─── Available data ───
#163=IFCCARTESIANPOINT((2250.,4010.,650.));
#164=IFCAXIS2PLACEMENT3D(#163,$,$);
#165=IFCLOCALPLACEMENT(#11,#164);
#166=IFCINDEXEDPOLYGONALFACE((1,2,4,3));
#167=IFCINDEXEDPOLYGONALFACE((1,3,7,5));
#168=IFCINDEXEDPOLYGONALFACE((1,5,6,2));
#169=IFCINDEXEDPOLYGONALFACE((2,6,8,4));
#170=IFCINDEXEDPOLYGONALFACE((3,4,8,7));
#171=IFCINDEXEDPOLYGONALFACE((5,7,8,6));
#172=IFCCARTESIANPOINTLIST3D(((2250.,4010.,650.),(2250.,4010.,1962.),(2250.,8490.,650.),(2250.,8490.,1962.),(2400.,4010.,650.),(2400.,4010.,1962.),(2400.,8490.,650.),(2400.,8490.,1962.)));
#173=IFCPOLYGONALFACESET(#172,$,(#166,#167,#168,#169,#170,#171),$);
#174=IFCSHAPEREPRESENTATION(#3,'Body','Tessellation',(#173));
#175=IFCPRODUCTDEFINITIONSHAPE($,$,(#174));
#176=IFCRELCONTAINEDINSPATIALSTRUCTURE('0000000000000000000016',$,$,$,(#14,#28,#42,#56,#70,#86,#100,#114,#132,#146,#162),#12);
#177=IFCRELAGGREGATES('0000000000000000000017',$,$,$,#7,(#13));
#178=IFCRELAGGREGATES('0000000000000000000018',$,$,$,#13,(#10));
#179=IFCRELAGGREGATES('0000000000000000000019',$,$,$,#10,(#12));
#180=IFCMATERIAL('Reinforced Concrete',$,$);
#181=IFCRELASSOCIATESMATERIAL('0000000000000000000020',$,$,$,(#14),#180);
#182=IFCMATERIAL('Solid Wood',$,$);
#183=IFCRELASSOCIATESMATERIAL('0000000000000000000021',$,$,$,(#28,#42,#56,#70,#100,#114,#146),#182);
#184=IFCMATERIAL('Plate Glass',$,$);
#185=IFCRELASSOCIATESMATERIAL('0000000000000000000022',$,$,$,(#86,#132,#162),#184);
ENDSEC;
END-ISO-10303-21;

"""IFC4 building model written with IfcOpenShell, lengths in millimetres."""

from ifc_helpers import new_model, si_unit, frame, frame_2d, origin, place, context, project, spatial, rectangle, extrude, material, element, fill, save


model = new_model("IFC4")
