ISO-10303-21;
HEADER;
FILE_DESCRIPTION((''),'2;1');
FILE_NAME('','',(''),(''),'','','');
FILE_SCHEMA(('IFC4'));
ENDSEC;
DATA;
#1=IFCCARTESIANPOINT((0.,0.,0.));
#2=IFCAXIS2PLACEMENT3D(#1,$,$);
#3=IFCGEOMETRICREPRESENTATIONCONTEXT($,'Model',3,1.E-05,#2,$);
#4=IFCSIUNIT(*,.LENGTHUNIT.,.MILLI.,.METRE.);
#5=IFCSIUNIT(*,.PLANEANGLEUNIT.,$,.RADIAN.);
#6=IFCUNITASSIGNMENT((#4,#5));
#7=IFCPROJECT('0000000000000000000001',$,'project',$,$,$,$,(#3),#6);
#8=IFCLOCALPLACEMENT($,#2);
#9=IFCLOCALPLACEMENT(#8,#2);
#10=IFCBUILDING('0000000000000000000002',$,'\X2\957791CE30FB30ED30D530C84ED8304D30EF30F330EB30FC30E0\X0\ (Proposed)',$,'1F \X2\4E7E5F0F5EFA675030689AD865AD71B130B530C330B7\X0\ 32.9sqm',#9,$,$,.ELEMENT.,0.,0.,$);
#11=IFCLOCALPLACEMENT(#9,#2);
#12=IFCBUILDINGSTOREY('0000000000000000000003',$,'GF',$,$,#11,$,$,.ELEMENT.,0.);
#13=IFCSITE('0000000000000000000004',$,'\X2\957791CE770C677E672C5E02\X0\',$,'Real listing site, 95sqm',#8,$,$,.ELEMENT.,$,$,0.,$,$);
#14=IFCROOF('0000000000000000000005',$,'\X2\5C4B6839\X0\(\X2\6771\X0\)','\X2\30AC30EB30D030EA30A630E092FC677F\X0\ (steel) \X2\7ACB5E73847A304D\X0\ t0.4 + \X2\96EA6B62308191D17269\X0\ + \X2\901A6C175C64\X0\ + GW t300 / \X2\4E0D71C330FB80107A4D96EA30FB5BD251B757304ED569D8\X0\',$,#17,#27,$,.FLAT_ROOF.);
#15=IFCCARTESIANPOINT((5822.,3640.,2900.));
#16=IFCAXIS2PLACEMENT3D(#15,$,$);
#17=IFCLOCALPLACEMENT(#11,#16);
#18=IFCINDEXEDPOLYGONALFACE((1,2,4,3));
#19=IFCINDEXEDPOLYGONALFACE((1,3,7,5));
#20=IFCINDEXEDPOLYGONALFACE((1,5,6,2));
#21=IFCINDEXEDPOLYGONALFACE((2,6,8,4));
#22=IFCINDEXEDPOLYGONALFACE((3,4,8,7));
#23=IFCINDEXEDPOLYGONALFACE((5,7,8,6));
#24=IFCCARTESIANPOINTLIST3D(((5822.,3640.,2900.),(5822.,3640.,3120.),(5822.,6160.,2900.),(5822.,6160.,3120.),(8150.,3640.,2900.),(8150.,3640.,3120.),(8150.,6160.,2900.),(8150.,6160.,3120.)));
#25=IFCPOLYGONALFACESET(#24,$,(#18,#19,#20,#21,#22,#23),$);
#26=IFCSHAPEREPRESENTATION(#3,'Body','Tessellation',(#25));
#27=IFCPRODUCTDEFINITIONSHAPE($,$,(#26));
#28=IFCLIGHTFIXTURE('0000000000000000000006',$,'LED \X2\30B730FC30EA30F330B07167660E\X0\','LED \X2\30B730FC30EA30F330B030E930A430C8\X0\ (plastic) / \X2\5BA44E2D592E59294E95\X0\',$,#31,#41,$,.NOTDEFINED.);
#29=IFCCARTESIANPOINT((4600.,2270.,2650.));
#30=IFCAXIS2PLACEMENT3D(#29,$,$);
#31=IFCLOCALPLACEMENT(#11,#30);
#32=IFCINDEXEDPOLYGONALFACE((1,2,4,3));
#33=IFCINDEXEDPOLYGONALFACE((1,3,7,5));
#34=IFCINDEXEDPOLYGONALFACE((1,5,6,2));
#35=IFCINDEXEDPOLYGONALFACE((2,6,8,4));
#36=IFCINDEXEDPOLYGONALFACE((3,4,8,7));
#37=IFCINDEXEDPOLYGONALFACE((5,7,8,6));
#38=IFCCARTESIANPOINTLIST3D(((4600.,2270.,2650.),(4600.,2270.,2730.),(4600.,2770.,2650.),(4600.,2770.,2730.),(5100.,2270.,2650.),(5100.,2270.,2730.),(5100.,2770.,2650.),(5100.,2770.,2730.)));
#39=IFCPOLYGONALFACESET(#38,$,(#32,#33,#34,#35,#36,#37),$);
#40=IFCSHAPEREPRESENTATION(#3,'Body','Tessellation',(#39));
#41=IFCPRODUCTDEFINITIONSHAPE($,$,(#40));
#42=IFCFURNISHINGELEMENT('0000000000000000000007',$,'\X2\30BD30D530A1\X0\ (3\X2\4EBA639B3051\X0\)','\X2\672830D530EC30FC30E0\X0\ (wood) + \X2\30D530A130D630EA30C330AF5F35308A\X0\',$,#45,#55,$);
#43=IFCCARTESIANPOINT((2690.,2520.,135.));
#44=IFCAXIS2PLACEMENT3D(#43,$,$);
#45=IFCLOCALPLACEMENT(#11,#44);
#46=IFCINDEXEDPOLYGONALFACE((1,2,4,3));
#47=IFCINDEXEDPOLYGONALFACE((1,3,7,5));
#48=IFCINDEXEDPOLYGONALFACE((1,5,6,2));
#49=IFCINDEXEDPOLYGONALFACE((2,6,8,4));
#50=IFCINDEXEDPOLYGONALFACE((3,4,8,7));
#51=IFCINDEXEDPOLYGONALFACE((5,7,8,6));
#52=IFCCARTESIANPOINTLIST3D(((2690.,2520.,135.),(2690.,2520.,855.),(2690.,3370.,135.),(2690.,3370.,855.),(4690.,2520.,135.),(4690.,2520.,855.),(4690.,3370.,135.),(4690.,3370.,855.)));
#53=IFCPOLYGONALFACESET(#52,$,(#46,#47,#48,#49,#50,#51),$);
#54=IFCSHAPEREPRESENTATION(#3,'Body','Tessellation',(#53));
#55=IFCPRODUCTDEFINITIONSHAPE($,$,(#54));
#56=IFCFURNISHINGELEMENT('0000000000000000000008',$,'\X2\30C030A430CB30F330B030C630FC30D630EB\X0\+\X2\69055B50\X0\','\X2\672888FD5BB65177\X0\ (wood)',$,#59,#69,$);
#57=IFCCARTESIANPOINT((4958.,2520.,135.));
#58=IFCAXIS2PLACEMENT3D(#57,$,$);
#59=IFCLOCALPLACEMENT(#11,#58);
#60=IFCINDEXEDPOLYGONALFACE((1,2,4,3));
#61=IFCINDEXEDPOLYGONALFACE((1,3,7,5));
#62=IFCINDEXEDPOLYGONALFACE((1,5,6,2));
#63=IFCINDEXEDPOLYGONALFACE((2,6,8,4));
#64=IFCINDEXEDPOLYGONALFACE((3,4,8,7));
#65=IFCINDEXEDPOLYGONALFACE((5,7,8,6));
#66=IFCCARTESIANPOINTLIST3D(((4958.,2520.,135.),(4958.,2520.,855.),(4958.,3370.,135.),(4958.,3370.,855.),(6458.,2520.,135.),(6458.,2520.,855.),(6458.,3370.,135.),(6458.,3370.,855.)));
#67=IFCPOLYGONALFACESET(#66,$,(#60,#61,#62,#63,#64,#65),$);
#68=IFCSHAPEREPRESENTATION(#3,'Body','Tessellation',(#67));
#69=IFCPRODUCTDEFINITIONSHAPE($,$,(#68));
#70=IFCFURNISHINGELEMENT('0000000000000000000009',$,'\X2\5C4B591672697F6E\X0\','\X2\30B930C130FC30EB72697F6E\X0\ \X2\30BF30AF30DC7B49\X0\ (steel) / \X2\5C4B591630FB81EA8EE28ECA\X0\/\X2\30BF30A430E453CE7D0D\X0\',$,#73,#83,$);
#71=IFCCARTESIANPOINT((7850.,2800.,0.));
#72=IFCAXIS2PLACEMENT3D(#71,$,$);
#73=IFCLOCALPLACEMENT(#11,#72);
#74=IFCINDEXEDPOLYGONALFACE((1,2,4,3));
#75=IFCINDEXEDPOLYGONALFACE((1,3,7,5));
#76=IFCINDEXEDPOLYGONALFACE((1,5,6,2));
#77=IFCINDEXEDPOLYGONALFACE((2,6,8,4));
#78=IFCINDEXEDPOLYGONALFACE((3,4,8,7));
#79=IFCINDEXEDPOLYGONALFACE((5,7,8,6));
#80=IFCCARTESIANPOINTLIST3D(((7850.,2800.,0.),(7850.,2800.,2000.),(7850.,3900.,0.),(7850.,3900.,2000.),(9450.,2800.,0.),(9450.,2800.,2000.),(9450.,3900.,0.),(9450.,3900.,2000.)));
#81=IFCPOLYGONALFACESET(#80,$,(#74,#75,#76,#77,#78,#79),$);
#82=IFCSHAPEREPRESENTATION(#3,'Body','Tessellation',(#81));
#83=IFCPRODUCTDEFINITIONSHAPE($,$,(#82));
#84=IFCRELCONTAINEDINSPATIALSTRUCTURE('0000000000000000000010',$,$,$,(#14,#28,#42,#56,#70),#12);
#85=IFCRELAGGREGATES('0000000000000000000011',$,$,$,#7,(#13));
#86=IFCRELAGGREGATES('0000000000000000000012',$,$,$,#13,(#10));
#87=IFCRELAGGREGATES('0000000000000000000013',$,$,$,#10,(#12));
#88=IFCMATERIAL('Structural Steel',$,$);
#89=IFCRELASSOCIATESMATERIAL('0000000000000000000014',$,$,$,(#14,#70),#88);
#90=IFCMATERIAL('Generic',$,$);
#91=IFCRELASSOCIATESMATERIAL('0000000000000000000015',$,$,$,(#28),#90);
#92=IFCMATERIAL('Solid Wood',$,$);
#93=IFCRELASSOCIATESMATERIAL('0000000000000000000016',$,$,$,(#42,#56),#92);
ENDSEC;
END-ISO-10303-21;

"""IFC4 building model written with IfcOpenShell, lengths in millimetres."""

from ifc_helpers import new_model, si_unit, frame, frame_2d, origin, place, context, project, spatial, rectangle, extrude, material, element, save


model = new_model("IFC4")

# Units and contexts
model_context = context("Model", 3, precision=1e-05, world=origin())
ifc_project = project(units=[si_unit("LENGTHUNIT", "METRE", prefix="MILLI"), si_unit("PLANEANGLEUNIT", "RADIAN")], contexts=[model_context])

# Site, building, storey
site_placement = place(None, origin())
site = spatial("IfcSite", under=ifc_project, at=site_placement, Name="長野県松本市", ObjectType="Real listing site, 95sqm", CompositionType="ELEMENT", RefElevation=0.0)
building_placement = place(site_placement, origin())
building = spatial("IfcBuilding", under=site, at=building_placement, Name="長野・ロフト付きワンルーム (Proposed)", ObjectType="1F 乾式建材と高断熱サッシ 32.9sqm", CompositionType="ELEMENT", ElevationOfRefHeight=0.0, ElevationOfTerrain=0.0)
storey_placement = place(building_placement, origin())
storey = spatial("IfcBuildingStorey", under=building, at=storey_placement, Name="GF", CompositionType="ELEMENT", Elevation=0.0)

# Shared definitions
ifc_material_1 = material(Name="Solid Wood")

# Roof
ifc_material_2 = material(Name="Structural Steel")
roof_1_placement = place(storey_placement, frame((5822.0, 3640.0, 2900.0)))
element("IfcRoof", 1, at=roof_1_placement, inside=storey, material=ifc_material_2, Name="屋根(東)", Description="ガルバリウム鋼板 (steel) 立平葺き t0.4 + 雪止め金物 + 通気層 + GW t300 / 不燃・耐積雪・寒冷地仕様", PredefinedType="FLAT_ROOF", context=model_context, shape_type="SweptSolid", body=[
    extrude(rectangle(XDim=2328.0, YDim=2520.0, at=frame_2d((1164.0, 1260.0))), frame((5822.0, 3640.0, 2900.0)), (0.0, 0.0, 1.0), 220.0),
])

# Light fixture
ifc_material_3 = material(Name="Generic")
light_fixture_placement = place(storey_placement, frame((4600.0, 2270.0, 2650.0)))
element("IfcLightFixture", 2, at=light_fixture_placement, inside=storey, material=ifc_material_3, Name="LED シーリング照明", Description="LED シーリングライト (plastic) / 室中央天井", PredefinedType="NOTDEFINED", context=model_context, shape_type="SweptSolid", body=[
    extrude(rectangle(XDim=500.0, YDim=500.0, at=frame_2d((250.0, 250.0))), frame((4600.0, 2270.0, 2650.0)), (0.0, 0.0, 1.0), 80.0),
])

# Furnishing elements
furnishing_1_placement = place(storey_placement, frame((2690.0, 2520.0, 135.0)))
element("IfcFurnishingElement", 3, at=furnishing_1_placement, inside=storey, material=ifc_material_1, Name="ソファ (3人掛け)", Description="木フレーム (wood) + ファブリック張り", context=model_context, shape_type="SweptSolid", body=[
    extrude(rectangle(XDim=2000.0, YDim=850.0, at=frame_2d((1000.0, 425.0))), frame((2690.0, 2520.0, 135.0)), (0.0, 0.0, 1.0), 720.0),
])
furnishing_2_placement = place(storey_placement, frame((4958.0, 2520.0, 135.0)))
element("IfcFurnishingElement", 4, at=furnishing_2_placement, inside=storey, material=ifc_material_1, Name="ダイニングテーブル+椅子", Description="木製家具 (wood)", context=model_context, shape_type="SweptSolid", body=[
    extrude(rectangle(XDim=1500.0, YDim=850.0, at=frame_2d((750.0, 425.0))), frame((4958.0, 2520.0, 135.0)), (0.0, 0.0, 1.0), 720.0),
])
furnishing_3_placement = place(storey_placement, frame((7850.0, 2800.0, 0.0)))
element("IfcFurnishingElement", 5, at=furnishing_3_placement, inside=storey, material=ifc_material_2, Name="屋外物置", Description="スチール物置 タクボ等 (steel) / 屋外・自転車/タイヤ収納", context=model_context, shape_type="SweptSolid", body=[
    extrude(rectangle(XDim=1600.0, YDim=1100.0, at=frame_2d((800.0, 550.0))), frame((7850.0, 2800.0, 0.0)), (0.0, 0.0, 1.0), 2000.0),
])

save(model, "model.ifc")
───
What to work on: The lines of the data, from the first through the one containing "#182=IFCMATERIAL('Solid Wood',$,$);", are to be transcribed exactly.

Exercise solution:
#163=IFCCARTESIANPOINT((2250.,4010.,650.));
#164=IFCAXIS2PLACEMENT3D(#163,$,$);
#165=IFCLOCALPLACEMENT(#11,#164);
#166=IFCINDEXEDPOLYGONALFACE((1,2,4,3));
#167=IFCINDEXEDPOLYGONALFACE((1,3,7,5));
#168=IFCINDEXEDPOLYGONALFACE((1,5,6,2));
#169=IFCINDEXEDPOLYGONALFACE((2,6,8,4));
#170=IFCINDEXEDPOLYGONALFACE((3,4,8,7));
#171=IFCINDEXEDPOLYGONALFACE((5,7,8,6));
#172=IFCCARTESIANPOINTLIST3D(((2250.,4010.,650.),(2250.,4010.,1962.),(2250.,8490.,650.),(2250.,8490.,1962.),(2400.,4010.,650.),(2400.,4010.,1962.),(2400.,8490.,650.),(2400.,8490.,1962.)));
#173=IFCPOLYGONALFACESET(#172,$,(#166,#167,#168,#169,#170,#171),$);
#174=IFCSHAPEREPRESENTATION(#3,'Body','Tessellation',(#173));
#175=IFCPRODUCTDEFINITIONSHAPE($,$,(#174));
#176=IFCRELCONTAINEDINSPATIALSTRUCTURE('0000000000000000000016',$,$,$,(#14,#28,#42,#56,#70,#86,#100,#114,#132,#146,#162),#12);
#177=IFCRELAGGREGATES('0000000000000000000017',$,$,$,#7,(#13));
#178=IFCRELAGGREGATES('0000000000000000000018',$,$,$,#13,(#10));
#179=IFCRELAGGREGATES('0000000000000000000019',$,$,$,#10,(#12));
#180=IFCMATERIAL('Reinforced Concrete',$,$);
#181=IFCRELASSOCIATESMATERIAL('0000000000000000000020',$,$,$,(#14),#180);
#182=IFCMATERIAL('Solid Wood',$,$);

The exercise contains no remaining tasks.